Avec la crise de la Covid, le monde a basculé dans le futur. Cela se vérifie sur tous les fronts. De fait, la tâche d’observation de l’immense transformation sociétale s’est considérablement compliquée.
Dans la trentaine de pages que compte ce numéro, les thèmes principaux – la colonisation « sauvage » (privée) de l’espace et les risques immenses qu’elle induit induits, le bouleversement des modes de production alimentaire – seront abordés comme autant de composantes du monde nouveau qui se met en place en 2020.
Cependant, il ne faut pas oublier que cette transformation se fait également sous les auspices d’une transition humaine incarnée par la montée en puissance des jeunes générations. C’est d’ailleurs symboliquement cette année que les Etats-Unis annoncent que les milléniaux passent devant les baby boomers en tant que plus grosse génération de l’histoire[1].
C’est sur cette tendance, elle aussi en pleine accélération, que nous avons choisi d’ouvrir ce numéro car elle est centrale d’un point de vue systémique mais aussi parce qu’elle pourrait se passer bien plus douloureusement que ce que le mot « jeunesse » suggère habituellement comme vision optimiste.
En tant que pur produit du système qui se meurt et de ses défauts, il va falloir beaucoup de courage, d’intelligence et sans doute de chocs de réalité à cette génération montante pour qu’elle parvienne à transcender ses nombreux handicaps et s’emparer de l’espace qui s’ouvre devant elle.
Accélération du grand glissement des générations
Le caractère asymétrique d’un virus anecdotique pour les jeunes mais mortel pour les personnes âgées lance un puissant phénomène de fracture générationnelle de la société, en plus de toutes les autres lignes de division habituelles.
Baby boomers : le Covid a rendu visible une réalité qui lui préexistait : la très nombreuse génération du baby boom entre en phase d’effacement. Née entre 1946 et 1964, elle a aujourd’hui entre 56 et 74 ans. Avec une espérance de vie en Europe de 77,8 ans pour les hommes et de 83,3 pour les femmes, on comprend vite que les plus âgés de cette génération abordent une période où les risques de complication sur le plan de la santé se précisent[2]. Le Covid vient en accélérer certains paramètres, puisqu’il peut être fatal dès 60/65 ans…

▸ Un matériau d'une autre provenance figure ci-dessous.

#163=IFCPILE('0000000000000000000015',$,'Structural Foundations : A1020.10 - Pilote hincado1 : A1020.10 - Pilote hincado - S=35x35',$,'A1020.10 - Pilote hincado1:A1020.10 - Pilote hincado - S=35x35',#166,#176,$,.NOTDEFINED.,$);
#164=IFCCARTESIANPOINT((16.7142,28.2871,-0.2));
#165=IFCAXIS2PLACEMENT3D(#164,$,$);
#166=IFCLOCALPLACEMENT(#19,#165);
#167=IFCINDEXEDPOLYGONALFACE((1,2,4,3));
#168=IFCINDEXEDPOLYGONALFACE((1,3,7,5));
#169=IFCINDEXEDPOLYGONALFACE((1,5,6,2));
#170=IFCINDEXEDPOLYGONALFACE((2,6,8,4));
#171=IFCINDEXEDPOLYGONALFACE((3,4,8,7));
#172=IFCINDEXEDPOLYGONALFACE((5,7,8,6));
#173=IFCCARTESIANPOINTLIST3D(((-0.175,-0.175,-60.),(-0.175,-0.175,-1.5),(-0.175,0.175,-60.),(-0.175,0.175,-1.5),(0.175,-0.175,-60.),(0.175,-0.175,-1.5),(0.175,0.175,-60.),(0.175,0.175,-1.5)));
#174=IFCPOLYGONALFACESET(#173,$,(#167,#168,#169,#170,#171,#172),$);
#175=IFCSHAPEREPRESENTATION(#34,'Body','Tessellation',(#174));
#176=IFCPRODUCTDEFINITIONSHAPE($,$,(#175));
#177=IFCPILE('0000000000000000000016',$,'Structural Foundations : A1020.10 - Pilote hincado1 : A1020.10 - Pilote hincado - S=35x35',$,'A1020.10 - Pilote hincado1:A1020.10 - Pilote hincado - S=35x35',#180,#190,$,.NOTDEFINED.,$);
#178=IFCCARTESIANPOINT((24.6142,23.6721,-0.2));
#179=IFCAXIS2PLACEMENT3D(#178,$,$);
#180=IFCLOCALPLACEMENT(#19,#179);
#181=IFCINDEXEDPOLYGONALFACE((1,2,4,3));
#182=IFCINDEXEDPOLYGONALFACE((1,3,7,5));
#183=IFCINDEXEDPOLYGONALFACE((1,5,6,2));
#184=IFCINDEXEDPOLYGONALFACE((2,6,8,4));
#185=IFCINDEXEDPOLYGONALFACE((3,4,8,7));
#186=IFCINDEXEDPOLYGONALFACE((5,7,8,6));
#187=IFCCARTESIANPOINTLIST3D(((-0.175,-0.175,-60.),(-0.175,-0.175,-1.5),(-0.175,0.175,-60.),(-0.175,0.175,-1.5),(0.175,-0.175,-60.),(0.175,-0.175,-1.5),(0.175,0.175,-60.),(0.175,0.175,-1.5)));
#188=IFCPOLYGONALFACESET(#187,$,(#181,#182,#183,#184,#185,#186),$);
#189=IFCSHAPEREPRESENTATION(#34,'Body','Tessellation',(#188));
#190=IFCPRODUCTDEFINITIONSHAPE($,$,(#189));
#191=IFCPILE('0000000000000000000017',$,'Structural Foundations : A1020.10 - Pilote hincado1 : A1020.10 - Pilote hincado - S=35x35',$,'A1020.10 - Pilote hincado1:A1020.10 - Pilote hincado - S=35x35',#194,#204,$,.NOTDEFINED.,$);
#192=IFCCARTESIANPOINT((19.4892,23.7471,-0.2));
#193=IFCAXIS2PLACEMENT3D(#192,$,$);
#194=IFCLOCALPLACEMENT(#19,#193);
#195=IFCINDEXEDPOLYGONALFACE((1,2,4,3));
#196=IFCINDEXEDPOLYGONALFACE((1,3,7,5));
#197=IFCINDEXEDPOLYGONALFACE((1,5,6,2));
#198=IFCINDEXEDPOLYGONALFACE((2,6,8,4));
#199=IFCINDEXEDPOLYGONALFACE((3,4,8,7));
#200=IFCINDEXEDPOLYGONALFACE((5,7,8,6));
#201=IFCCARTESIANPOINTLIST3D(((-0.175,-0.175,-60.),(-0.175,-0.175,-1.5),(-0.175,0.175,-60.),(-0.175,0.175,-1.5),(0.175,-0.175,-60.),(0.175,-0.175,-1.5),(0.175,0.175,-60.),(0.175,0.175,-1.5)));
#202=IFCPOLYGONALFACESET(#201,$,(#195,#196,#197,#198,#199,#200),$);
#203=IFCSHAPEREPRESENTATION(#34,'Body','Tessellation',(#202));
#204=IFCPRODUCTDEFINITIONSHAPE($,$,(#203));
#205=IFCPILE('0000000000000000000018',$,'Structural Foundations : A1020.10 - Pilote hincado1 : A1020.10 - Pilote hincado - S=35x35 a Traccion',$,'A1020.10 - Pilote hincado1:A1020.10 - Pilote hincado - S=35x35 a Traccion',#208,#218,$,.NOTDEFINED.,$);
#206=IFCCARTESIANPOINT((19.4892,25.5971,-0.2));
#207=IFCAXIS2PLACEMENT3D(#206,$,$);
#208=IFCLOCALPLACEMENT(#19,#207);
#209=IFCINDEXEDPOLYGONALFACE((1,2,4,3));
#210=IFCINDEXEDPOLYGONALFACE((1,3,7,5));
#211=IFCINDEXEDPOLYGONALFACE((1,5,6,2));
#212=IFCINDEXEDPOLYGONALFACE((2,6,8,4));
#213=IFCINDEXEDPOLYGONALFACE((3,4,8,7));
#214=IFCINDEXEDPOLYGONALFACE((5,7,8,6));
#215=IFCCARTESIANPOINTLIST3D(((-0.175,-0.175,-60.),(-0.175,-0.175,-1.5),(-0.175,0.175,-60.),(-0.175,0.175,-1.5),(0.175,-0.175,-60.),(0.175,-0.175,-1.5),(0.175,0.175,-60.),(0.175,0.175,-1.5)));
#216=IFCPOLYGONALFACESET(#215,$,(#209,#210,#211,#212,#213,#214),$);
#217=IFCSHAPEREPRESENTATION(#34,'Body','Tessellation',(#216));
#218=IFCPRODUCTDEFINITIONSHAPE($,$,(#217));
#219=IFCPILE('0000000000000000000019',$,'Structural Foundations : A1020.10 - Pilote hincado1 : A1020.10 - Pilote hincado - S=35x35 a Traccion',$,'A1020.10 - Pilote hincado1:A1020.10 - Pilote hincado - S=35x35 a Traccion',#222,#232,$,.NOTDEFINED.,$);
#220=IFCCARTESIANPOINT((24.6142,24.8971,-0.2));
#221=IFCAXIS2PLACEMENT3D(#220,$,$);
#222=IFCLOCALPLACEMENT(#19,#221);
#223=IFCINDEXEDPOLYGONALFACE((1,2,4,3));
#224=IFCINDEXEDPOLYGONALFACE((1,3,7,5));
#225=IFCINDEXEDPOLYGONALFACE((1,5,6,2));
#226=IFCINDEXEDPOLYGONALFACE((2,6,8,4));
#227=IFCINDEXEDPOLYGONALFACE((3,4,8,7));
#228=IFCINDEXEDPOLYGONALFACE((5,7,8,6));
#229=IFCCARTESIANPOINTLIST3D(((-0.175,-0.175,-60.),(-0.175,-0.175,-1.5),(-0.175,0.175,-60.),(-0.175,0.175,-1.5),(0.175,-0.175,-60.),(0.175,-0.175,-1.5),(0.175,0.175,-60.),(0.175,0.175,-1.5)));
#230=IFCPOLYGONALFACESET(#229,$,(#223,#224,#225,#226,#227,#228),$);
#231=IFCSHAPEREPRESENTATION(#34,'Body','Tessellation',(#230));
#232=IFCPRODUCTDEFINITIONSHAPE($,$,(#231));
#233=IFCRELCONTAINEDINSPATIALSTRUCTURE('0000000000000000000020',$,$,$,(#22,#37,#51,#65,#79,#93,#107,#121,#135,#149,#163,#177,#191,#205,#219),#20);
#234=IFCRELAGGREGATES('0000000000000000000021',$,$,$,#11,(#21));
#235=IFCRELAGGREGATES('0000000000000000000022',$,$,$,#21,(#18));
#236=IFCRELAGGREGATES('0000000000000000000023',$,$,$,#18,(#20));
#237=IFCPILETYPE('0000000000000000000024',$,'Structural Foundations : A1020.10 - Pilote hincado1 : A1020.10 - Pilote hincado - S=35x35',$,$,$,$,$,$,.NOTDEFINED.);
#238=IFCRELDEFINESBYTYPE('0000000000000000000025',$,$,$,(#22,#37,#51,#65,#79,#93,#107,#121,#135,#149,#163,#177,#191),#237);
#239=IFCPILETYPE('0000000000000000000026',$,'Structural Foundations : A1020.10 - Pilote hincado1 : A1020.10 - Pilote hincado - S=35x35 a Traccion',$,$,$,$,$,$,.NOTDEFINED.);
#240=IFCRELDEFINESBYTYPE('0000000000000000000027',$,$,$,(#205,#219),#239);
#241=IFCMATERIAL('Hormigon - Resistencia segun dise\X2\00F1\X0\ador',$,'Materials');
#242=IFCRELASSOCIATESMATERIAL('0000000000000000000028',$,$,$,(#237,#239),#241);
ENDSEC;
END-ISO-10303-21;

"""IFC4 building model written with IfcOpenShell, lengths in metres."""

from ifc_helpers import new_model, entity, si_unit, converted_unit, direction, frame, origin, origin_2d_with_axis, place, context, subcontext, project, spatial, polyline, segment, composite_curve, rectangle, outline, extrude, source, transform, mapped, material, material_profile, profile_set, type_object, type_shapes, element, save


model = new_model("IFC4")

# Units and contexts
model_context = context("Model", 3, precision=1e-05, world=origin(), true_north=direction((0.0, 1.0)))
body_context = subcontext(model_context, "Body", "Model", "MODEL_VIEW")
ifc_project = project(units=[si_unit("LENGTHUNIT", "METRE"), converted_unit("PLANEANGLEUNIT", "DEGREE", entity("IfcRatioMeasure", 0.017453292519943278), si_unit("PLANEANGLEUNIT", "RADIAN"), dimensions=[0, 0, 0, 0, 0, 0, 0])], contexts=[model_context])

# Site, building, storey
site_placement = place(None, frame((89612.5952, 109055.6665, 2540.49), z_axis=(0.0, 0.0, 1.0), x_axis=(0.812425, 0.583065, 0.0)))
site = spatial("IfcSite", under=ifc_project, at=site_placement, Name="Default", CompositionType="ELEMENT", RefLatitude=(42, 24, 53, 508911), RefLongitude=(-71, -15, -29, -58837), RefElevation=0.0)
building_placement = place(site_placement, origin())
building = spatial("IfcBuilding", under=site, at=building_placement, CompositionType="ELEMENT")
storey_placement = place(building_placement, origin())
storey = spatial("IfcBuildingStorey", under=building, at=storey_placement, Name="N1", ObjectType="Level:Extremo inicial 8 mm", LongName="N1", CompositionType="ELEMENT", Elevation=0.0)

Figure 1 – Espérance de vie dans l’UE27, 2002-2018 – Femmes (bleu)/Hommes (orange). Source : Eurostat
De fait, depuis 2005 l’augmentation de la mortalité liée au vieillissement de cette vaste génération est à l’œuvre de manière beaucoup moins discrète qu’auparavant[3]. Si on a beaucoup entendu parler du coût de la retraite des babyboomers pour la société, sans doute pas assez en revanche du coût et des besoins d’adaptation liés à la prise en charge croissante de leurs fins de vie[4]. Par exemple, les limites déjà atteintes en matière de capacité d’accueil des maisons de retraites et hôpitaux[5] ont, d’après nous, largement contribué au mouvement de panique déclenché par les Etats à la vue de la vague de surmortalité promise par le Covid[6].
Le Coronavirus a ainsi révélé un aspect important de l’évolution de la société : la disparition graduelle mais amorcée de la génération monolithique qui a dominé les 60 dernières années : les baby boomers.
Génération X : un deuxième phénomène s’ajoute à celui-ci, à savoir la tendance à la démission de la génération d’après, cette fameuse génération X (les « quinqua ») dont nous parlons souvent comme le chaînon manquant. Cette génération numériquement écrasée par la précédente, profite de la crise de la Covid pour jeter l’éponge et, d’une certaine manière, prendre sa retraite anticipée.
Certes, les licenciements qu’entraîne la crise de la Covid touchent tous les employés quel que soit leur âge, mais les constats de perte de sens de l’emploi affectent surtout les milléniaux et cette génération X, si l’on en croit ce sondage américain[7]. La différence entre les deux générations, c’est que les plus jeunes quittent leur emploi pour monter leur entreprise ou changer de secteur ; tandis que les quinquagénaires partent au vert[8].
Ce phénomène, en germe avant la crise de la Covid, n’a fait qu’être renforcé par celle-ci. Les problématiques d’épuisement professionnel (burn-out), affectant une génération X[9] vieillissante à laquelle seul un rôle de second plan a été donné dans une société qu’elle n’a pas réussi à faire évoluer suivant ses propres caractéristiques et aspirations, aboutissent aujourd’hui à cette vague de départs pour une nouvelle vie en retrait[10].